**What the task asks**
Filter the entries for the string "IFCEXTRUDEDAREASOLID". Copy each line that has it.

**Material provided**
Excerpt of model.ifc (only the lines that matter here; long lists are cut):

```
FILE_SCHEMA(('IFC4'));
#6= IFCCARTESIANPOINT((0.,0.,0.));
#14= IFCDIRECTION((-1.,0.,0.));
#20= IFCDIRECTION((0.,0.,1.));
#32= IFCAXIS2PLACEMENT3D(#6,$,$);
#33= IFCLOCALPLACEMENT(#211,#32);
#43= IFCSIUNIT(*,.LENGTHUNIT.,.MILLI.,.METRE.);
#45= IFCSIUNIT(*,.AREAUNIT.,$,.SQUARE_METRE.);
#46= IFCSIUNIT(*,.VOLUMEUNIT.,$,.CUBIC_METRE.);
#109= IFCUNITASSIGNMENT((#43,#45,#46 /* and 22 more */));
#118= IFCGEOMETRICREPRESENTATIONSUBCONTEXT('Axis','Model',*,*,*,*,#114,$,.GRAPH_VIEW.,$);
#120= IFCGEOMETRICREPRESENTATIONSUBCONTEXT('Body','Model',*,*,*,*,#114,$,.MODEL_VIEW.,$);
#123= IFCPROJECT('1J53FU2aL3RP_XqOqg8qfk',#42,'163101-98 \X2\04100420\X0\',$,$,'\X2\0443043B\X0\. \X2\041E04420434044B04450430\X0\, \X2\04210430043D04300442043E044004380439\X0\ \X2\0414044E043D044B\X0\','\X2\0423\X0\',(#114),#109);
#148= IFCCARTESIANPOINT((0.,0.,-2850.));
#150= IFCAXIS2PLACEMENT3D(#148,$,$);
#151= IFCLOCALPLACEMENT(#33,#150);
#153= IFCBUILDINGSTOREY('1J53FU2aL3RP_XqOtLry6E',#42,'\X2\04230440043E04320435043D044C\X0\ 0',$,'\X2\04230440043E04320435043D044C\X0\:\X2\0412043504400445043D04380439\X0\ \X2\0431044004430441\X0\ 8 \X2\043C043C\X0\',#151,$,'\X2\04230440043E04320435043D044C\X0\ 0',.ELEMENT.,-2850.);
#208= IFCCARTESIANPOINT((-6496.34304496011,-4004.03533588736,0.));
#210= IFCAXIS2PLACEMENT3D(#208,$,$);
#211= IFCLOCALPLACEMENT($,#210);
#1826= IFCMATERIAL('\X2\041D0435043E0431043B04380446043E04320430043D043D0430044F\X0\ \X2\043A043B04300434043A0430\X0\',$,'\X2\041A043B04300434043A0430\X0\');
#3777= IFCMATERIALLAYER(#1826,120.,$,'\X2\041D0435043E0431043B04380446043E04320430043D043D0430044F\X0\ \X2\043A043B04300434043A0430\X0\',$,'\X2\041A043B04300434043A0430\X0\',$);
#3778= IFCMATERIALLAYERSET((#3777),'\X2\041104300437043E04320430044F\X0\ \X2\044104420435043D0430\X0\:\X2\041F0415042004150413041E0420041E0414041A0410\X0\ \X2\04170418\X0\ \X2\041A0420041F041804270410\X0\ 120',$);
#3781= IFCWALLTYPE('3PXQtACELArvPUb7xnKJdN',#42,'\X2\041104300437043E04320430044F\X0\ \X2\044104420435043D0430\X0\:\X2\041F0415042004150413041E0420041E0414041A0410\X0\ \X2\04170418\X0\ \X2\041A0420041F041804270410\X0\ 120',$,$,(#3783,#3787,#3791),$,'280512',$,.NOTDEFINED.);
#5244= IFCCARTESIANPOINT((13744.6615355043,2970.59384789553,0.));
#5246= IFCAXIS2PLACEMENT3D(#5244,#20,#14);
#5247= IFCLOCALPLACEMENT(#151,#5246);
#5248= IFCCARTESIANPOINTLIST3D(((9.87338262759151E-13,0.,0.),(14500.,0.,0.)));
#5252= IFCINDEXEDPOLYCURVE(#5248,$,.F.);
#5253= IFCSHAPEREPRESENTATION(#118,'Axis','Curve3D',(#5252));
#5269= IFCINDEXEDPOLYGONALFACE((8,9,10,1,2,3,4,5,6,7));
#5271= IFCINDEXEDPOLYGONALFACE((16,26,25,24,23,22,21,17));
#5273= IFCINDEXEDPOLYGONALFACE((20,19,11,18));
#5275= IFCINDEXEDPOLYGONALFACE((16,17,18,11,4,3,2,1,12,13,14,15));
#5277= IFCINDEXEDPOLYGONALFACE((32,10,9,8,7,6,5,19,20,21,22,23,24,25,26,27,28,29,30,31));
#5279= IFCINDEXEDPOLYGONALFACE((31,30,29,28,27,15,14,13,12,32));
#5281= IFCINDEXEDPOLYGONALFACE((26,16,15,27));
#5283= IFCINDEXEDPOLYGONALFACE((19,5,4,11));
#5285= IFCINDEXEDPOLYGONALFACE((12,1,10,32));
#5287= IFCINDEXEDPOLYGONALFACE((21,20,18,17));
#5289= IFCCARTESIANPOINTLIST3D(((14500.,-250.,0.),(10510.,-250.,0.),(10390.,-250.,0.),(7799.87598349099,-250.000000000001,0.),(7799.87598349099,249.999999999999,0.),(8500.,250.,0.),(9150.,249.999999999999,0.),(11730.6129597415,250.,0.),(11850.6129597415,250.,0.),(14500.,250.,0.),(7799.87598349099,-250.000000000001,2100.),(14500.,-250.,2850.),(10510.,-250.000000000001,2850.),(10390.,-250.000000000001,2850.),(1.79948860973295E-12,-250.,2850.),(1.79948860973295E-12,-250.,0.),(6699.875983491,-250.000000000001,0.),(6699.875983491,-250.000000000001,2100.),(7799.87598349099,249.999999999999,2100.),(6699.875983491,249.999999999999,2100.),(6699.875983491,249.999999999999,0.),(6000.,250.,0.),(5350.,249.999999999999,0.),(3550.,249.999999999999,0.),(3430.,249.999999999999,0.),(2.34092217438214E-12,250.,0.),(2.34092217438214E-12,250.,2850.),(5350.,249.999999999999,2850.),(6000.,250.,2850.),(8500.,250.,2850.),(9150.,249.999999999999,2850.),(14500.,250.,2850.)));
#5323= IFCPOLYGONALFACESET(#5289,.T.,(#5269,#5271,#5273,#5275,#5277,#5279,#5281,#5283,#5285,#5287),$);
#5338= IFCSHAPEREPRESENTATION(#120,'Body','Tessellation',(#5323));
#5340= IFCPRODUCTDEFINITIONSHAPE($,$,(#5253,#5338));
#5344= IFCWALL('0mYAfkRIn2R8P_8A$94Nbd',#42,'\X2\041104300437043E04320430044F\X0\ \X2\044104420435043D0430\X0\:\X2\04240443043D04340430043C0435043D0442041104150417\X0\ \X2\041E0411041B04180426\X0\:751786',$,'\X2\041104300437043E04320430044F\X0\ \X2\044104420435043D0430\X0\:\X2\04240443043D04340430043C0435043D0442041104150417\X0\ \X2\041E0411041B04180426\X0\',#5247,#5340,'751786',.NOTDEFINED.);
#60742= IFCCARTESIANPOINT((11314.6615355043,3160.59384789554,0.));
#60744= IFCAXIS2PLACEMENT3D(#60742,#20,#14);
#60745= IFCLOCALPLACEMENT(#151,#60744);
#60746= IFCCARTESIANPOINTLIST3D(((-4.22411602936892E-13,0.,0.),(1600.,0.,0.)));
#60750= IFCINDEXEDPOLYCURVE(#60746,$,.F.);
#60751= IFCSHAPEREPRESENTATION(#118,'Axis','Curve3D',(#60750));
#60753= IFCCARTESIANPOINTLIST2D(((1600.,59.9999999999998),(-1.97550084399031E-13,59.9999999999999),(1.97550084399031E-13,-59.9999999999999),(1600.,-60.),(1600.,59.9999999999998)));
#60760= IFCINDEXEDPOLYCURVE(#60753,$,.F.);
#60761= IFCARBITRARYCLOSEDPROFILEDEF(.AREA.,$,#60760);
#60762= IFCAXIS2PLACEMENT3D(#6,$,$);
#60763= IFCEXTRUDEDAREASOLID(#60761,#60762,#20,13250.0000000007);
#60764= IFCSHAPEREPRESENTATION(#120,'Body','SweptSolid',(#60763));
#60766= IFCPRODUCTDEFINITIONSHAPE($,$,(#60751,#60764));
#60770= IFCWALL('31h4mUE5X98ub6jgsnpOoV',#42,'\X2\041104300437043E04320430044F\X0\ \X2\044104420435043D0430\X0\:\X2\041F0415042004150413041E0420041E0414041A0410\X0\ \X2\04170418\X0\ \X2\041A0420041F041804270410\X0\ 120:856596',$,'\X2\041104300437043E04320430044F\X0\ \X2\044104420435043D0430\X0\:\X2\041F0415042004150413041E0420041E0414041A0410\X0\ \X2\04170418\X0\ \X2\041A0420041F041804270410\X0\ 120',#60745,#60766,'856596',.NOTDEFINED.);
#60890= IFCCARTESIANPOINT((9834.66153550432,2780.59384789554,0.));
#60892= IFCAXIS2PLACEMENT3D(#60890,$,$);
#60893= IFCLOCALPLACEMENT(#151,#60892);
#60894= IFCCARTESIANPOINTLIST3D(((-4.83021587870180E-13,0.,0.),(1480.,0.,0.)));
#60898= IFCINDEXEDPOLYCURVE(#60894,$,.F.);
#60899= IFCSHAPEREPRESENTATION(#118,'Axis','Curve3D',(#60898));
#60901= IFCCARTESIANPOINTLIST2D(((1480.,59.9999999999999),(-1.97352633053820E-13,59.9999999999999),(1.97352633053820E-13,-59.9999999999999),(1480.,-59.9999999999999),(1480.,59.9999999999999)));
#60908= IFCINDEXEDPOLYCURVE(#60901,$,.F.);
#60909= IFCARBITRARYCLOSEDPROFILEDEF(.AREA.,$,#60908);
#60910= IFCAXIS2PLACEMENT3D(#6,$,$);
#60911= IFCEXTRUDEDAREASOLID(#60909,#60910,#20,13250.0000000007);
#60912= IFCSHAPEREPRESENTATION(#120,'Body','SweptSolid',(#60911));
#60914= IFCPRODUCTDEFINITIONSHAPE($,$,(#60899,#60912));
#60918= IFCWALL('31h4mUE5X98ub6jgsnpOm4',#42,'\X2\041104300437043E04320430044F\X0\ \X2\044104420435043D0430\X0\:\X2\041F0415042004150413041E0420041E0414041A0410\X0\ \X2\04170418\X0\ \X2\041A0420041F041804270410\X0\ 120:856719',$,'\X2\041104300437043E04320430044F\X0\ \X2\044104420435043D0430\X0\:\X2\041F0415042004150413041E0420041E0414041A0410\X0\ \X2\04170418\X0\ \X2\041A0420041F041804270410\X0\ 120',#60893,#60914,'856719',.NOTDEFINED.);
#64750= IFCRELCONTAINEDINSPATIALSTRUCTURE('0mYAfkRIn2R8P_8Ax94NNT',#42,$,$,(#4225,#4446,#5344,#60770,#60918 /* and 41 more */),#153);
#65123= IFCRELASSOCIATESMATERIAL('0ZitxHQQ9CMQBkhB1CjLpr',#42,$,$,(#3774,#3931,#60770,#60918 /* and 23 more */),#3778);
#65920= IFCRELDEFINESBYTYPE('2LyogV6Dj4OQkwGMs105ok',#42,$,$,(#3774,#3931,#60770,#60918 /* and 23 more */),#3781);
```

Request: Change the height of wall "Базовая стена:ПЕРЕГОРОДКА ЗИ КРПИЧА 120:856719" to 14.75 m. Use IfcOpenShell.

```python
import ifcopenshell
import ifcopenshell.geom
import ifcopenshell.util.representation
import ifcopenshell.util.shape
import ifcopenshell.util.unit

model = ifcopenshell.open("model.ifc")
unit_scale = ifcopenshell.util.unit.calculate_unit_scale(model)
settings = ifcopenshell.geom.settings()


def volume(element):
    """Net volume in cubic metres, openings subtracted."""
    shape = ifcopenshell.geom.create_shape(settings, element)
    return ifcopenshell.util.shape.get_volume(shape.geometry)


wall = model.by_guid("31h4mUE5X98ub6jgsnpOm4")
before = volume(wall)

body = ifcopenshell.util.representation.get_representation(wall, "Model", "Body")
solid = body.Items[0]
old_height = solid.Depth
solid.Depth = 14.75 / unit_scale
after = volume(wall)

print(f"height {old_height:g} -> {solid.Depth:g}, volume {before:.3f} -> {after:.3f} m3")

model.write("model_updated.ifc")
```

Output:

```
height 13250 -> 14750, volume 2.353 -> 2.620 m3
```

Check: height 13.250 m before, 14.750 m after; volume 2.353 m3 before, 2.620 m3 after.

**Exercise solution**
#60763= IFCEXTRUDEDAREASOLID(#60761,#60762,#20,13250.0000000007);
#60911= IFCEXTRUDEDAREASOLID(#60909,#60910,#20,13250.0000000007);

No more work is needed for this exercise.